YOUR ASSIGNMENT
Every line of the records below that holds the word "IFCBEAM" belongs in the answer.

........

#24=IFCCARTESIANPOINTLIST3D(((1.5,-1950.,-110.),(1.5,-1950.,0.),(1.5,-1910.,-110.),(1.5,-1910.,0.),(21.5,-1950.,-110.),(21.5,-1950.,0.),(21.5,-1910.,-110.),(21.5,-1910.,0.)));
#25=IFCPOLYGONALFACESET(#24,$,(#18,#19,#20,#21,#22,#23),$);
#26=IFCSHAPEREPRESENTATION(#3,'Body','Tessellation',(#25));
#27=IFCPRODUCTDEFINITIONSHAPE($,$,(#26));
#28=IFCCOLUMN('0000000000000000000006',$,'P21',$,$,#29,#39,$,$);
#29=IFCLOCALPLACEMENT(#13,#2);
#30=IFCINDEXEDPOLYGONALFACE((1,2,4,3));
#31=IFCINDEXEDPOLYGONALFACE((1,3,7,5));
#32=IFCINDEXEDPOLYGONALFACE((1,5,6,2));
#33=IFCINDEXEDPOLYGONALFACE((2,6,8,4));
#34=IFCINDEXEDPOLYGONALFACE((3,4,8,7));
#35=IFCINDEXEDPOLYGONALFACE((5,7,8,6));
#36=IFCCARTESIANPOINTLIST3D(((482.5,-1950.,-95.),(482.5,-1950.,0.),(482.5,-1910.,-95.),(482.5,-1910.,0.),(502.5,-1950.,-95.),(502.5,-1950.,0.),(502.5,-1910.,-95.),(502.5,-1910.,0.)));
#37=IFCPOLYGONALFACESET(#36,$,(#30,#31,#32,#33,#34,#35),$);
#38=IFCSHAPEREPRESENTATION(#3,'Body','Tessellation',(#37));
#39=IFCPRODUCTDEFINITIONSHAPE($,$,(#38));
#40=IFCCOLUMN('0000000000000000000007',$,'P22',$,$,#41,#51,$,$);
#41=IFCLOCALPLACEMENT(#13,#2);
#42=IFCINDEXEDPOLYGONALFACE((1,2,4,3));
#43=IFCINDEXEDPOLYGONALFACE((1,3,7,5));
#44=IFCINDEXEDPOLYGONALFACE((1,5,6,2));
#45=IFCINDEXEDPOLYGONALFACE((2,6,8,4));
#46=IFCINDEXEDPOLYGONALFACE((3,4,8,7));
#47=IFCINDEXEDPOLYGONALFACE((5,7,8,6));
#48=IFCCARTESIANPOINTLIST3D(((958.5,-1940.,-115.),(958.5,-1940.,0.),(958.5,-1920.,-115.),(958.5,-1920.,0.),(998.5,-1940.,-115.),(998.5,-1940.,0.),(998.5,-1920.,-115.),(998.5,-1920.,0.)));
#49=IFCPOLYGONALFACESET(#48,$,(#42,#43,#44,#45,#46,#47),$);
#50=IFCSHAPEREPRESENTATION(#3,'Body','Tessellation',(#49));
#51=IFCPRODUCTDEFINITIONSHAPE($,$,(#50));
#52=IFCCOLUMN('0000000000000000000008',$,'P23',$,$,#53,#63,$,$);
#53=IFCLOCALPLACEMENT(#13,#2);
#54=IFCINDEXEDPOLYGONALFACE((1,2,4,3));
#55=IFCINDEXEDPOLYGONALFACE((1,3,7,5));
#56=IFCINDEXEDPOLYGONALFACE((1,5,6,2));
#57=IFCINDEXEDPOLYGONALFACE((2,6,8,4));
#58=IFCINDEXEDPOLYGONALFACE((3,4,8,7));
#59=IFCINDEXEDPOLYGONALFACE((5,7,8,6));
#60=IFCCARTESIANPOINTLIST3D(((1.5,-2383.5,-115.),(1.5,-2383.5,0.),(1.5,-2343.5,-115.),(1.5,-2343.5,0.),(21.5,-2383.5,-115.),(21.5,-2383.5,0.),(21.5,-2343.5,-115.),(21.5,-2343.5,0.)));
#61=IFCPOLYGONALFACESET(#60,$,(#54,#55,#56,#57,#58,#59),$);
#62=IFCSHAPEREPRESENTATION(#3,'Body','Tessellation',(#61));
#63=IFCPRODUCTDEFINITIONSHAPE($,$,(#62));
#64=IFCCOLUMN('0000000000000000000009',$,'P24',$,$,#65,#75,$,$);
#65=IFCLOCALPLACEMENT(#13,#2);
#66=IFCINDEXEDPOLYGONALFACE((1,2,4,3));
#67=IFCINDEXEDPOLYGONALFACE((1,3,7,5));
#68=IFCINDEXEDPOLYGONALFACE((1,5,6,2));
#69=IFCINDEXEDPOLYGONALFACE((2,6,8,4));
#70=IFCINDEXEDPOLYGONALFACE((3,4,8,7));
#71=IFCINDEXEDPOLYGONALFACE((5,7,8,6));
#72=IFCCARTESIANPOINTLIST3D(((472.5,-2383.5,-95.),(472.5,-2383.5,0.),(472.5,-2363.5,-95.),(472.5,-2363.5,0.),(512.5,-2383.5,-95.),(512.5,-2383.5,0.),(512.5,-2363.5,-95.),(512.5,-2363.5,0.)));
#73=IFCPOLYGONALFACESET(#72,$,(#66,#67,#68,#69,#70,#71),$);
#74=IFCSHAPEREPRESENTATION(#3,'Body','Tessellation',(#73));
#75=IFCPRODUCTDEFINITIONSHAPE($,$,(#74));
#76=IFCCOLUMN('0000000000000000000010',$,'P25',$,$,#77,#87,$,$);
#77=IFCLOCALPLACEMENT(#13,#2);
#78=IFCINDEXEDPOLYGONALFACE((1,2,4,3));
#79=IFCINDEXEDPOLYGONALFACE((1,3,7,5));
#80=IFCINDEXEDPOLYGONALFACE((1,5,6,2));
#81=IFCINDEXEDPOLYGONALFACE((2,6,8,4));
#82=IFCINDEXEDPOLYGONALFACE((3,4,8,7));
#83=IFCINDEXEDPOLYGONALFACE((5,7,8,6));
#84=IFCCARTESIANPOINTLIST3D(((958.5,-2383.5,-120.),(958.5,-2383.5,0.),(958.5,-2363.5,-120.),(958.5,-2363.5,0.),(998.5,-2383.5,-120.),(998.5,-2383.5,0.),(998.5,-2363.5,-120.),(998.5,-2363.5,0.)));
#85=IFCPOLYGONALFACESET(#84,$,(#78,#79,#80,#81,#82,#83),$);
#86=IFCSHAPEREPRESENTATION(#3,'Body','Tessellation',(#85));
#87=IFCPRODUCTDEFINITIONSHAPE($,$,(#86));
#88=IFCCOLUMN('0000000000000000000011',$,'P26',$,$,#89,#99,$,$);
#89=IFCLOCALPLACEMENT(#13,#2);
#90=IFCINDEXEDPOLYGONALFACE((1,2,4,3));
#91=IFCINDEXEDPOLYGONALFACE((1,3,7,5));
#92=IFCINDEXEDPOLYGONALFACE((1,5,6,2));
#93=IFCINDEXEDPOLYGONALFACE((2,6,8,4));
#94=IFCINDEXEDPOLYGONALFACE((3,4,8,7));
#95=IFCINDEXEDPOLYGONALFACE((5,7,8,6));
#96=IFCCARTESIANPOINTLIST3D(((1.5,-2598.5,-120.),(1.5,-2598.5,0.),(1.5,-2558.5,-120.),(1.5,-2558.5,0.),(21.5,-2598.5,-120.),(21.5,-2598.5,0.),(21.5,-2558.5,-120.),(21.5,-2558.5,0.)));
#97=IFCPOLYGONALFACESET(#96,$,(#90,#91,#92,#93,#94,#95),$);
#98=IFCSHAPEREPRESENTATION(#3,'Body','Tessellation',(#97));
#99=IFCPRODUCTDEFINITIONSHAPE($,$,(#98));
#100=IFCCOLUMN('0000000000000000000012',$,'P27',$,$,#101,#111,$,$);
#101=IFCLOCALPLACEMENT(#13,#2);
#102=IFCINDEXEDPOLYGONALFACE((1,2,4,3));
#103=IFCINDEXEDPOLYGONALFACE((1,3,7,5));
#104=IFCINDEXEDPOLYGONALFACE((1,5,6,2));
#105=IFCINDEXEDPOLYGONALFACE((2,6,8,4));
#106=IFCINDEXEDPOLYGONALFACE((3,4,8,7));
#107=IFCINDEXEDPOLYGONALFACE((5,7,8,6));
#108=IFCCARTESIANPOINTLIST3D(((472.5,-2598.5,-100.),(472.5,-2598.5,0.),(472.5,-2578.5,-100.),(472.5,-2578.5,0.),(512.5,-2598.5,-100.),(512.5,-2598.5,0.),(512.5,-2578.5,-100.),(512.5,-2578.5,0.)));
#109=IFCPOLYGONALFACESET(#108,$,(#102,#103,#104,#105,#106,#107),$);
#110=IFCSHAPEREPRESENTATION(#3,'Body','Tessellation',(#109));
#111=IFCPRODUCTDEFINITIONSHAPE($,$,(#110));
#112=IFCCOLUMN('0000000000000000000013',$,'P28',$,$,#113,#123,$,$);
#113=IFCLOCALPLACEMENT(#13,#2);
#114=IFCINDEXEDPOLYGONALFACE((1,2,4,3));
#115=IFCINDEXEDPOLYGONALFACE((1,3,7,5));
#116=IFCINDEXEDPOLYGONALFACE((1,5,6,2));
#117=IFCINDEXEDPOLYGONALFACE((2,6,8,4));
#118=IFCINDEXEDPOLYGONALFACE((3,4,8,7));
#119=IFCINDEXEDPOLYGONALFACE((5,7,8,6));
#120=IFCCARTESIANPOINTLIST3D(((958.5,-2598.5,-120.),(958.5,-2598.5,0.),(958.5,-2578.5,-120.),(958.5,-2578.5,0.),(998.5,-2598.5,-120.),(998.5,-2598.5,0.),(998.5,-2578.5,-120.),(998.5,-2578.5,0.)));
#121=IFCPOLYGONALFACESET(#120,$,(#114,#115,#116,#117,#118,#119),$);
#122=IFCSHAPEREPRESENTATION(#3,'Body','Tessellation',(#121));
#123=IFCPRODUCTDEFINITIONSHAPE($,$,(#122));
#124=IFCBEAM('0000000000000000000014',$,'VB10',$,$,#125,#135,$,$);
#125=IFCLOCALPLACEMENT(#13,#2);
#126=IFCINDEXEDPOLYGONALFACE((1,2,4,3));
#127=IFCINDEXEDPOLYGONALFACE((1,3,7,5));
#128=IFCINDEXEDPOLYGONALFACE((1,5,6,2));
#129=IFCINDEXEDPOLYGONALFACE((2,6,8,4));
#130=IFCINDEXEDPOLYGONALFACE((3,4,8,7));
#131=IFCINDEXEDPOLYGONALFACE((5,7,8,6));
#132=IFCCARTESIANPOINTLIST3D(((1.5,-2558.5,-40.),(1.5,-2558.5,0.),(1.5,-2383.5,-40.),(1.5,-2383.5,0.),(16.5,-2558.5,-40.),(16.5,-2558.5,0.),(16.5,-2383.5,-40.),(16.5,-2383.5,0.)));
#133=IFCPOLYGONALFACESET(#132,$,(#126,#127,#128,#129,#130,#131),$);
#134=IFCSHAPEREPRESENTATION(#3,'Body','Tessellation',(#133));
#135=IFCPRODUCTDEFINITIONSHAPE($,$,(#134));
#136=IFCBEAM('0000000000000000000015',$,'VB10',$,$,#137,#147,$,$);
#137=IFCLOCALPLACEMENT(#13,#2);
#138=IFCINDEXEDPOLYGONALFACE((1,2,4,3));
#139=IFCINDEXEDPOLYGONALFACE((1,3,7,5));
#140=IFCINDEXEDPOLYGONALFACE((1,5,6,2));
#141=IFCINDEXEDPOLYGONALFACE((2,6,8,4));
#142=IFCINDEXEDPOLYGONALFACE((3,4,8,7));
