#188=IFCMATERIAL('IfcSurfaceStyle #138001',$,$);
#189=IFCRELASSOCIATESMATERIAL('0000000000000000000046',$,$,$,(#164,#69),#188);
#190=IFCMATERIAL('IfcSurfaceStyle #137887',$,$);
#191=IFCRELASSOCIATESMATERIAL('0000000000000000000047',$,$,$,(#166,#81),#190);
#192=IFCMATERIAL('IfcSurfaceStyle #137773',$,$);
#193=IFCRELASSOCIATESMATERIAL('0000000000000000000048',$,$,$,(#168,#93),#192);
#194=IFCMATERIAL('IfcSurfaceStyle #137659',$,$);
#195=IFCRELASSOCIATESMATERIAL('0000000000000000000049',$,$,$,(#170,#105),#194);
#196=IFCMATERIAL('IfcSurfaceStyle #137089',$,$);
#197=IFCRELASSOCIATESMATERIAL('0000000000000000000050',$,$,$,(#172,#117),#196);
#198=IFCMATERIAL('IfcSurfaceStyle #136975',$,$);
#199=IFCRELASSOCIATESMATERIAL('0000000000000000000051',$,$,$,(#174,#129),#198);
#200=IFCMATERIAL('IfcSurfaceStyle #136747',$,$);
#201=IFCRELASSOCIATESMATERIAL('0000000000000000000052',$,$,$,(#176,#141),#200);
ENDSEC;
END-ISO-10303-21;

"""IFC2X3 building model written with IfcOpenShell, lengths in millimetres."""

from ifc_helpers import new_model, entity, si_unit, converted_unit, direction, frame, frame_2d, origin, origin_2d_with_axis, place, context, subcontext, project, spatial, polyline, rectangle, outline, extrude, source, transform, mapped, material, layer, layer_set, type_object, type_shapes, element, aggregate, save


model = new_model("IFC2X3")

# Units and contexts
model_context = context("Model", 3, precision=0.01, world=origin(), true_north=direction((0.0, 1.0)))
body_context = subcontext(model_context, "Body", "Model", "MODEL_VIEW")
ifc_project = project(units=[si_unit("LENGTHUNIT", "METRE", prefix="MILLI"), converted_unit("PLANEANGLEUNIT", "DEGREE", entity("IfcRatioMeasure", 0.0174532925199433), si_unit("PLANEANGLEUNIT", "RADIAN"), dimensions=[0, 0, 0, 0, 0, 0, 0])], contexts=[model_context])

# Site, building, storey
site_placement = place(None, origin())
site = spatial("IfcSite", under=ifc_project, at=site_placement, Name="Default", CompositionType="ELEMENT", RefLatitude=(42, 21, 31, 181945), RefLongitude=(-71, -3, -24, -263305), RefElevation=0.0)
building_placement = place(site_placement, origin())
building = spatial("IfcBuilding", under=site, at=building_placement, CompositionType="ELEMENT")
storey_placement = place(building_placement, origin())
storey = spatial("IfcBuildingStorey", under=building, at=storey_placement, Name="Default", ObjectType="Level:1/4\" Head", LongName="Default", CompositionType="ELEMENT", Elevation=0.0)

........

TASK SOLUTION
#124=IFCBEAM('0000000000000000000014',$,'VB10',$,$,#125,#135,$,$);
#136=IFCBEAM('0000000000000000000015',$,'VB10',$,$,#137,#147,$,$);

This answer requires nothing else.